I’ve been suspicious of that phrase ever since a guy from AM General threw me the keys to a Humvee and said: “you’ll like this, it handles like a sports car”. It did not.
I daily drive a GT86 and a Europa. I’ve had all the MR2s, an Elise and an MX5. Does this thing really handle like a sports car or does it handle like a massive SUV with good body control and huge grip?
That aside: thanks for your rant on compromise. “Compromise Nothing” is such an immediately stupid slogan, even picking a font size to type the words in is a compromise, much less any feature of a vehicle. I’d have immediately fired whoever suggested that as a tag line, but then my company only had one employee, and then it shut down. Maybe marketing requires phrases that are obviously false.

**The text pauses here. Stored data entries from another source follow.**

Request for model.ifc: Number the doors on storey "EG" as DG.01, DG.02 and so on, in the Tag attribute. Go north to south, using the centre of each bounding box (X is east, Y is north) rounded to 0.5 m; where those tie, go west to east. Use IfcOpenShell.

First a look at what the model holds.

```python
import ifcopenshell
import ifcopenshell.util.element
import ifcopenshell.util.placement

model = ifcopenshell.open("model.ifc")
print(model.schema)
storey = next(s for s in model.by_type("IfcBuildingStorey") if s.Name == "EG")
doors = [e for e in ifcopenshell.util.element.get_decomposition(storey) if e.is_a("IfcDoor")]
for e in sorted(doors, key=lambda e: e.id()):
    origin = ifcopenshell.util.placement.get_local_placement(e.ObjectPlacement)[:3, 3]
    print(e.id(), e.Tag, e.Name, origin.round(2) + 0.0, sep=" | ")
```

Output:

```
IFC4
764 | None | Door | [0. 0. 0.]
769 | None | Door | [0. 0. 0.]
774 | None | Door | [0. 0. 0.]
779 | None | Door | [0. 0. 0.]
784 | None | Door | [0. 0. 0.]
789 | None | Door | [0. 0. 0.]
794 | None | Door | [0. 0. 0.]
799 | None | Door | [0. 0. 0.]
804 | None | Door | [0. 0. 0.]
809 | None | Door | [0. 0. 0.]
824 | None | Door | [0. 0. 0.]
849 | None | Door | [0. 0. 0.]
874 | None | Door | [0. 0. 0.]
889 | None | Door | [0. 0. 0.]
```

```python
import ifcopenshell
import ifcopenshell.geom
import ifcopenshell.util.element
import ifcopenshell.util.shape

model = ifcopenshell.open("model.ifc")
settings = ifcopenshell.geom.settings()
settings.set("use-world-coords", True)


def centre(element):
    shape = ifcopenshell.geom.create_shape(settings, element)
    return ifcopenshell.util.shape.get_bbox_centroid(shape.geometry)


storey = next(s for s in model.by_type("IfcBuildingStorey") if s.Name == "EG")
doors = [e for e in ifcopenshell.util.element.get_decomposition(storey) if e.is_a("IfcDoor")]

# Insertion points can sit at a corner or the storey origin, so sort by the geometry (in metres).
centres = {e: centre(e) for e in doors}
doors.sort(key=lambda e: (-round(centres[e][1] / 0.5), centres[e][0]))

for i, e in enumerate(doors, start=1):
    number = f"DG.{i:02d}"
    e.Tag = number
    print(e.id(), number)

model.write("model_edited.ifc")
```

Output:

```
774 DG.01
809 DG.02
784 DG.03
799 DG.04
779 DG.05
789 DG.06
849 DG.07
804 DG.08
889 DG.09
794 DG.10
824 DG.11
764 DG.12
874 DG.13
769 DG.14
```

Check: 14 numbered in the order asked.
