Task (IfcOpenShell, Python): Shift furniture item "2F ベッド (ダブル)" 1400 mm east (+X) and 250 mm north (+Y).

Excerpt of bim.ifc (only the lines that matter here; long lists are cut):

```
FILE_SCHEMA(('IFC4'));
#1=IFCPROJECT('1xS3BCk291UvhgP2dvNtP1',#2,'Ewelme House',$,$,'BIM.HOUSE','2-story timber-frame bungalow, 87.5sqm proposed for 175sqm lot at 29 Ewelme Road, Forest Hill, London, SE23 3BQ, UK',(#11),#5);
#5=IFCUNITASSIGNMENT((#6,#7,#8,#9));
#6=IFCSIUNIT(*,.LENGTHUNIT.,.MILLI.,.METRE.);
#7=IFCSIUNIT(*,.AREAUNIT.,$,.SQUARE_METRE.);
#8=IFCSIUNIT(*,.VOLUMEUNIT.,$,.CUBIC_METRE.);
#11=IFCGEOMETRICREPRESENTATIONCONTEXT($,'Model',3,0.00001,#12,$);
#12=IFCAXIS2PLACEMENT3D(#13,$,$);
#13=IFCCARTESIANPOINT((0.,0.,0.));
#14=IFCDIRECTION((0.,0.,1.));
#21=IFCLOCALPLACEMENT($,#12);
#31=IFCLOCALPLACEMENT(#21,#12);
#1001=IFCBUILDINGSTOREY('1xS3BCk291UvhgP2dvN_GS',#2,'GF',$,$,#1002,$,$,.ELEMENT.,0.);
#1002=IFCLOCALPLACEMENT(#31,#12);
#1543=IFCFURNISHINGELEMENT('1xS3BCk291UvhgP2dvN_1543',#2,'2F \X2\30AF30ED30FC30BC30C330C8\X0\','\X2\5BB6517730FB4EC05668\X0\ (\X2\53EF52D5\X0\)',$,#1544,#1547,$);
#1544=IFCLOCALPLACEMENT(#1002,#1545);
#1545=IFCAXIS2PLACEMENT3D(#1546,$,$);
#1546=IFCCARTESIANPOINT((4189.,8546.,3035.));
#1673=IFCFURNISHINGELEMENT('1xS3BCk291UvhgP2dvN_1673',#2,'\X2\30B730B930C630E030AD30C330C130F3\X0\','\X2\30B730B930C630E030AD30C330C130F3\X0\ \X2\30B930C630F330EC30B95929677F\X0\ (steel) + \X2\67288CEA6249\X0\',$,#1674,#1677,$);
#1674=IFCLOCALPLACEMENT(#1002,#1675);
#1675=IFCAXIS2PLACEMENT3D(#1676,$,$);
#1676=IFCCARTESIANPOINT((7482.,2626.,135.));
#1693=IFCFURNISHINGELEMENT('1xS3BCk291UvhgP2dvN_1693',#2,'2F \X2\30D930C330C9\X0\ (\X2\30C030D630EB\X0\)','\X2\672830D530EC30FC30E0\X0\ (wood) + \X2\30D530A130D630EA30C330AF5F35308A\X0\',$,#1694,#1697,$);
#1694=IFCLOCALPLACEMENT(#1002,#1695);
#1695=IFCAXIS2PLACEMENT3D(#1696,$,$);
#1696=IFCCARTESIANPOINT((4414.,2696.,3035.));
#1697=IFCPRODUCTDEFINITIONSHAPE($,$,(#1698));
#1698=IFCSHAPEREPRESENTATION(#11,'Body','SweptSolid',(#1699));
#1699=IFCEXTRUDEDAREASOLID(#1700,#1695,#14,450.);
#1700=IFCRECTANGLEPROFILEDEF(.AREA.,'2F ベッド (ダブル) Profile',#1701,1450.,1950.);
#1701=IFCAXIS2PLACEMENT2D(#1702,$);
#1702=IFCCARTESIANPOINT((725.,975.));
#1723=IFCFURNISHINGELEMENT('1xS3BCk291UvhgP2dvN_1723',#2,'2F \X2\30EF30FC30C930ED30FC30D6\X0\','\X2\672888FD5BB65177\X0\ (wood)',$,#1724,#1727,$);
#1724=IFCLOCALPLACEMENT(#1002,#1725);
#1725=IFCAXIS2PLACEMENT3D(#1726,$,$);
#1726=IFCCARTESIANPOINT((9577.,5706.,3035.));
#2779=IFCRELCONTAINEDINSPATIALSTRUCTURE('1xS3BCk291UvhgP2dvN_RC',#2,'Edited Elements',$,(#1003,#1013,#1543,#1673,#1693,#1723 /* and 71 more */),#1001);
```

```python
import ifcopenshell
import ifcopenshell.api.geometry
import ifcopenshell.util.placement

model = ifcopenshell.open("bim.ifc")

item = model.by_id(1693)
matrix = ifcopenshell.util.placement.get_local_placement(item.ObjectPlacement)
matrix[0, 3] += 1400.0
matrix[1, 3] += 250.0
ifcopenshell.api.geometry.edit_object_placement(model, product=item, matrix=matrix, is_si=False)

print(ifcopenshell.util.placement.get_local_placement(item.ObjectPlacement).round(3) + 0.0)

model.write("bim_edited.ifc")
```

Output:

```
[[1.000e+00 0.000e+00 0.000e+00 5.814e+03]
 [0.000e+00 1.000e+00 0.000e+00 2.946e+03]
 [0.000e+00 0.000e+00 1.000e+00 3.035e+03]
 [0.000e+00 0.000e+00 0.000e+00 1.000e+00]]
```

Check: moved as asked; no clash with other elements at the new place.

Given the engineering constraints there is still a huge amount of scope for Design/Styling. They could have gone mad with lighting graphics and fake grills, creases, shut lines, rear window deletes. They’ve deliberately made it look conservative. And why not? Are any SUVs beautiful? Nope. Are there some that are so ugly you’d avoid them? Yep. It’s a 7 seat car, it’s going to be a sensible purchase.
I hate the term handles like a sports car because to me sports cars are inherently light. No car this heavy can handle like a sports car. It can handle well but you can’t overcome physics.
Plus there is the issue of exactly which sports car it handles like. An early 911, Miata and an Elise all handle in very different ways.
I think what DT really means when he uses the phrase is “doesn’t handle like an old broken Jeep”.
“run by engineers”, “compromise nothing”, small company, better living through design, expensive but not super-lux pricing…
…is Lucid the new Saab?
Can you tow the car sideways out of a snow drift using the door handles?
I loved that that was a design requirement at SAAB.
I had never heard that! And I owned a Saab 9000 Turbo. Fortunately, I never found myself in a snow drift in that car.
“…if you want an SUV that is extremely efficient and has high performance and has all this space and usability, this is what it looks like.”
I think this was ultimately the problem with the EQS. From everything I’ve read it’s a great EV…it just doesn’t have the “presence” of an S-Class. Sometimes it’s not about being the best product when someone else has a better looking one. Just look at Apple.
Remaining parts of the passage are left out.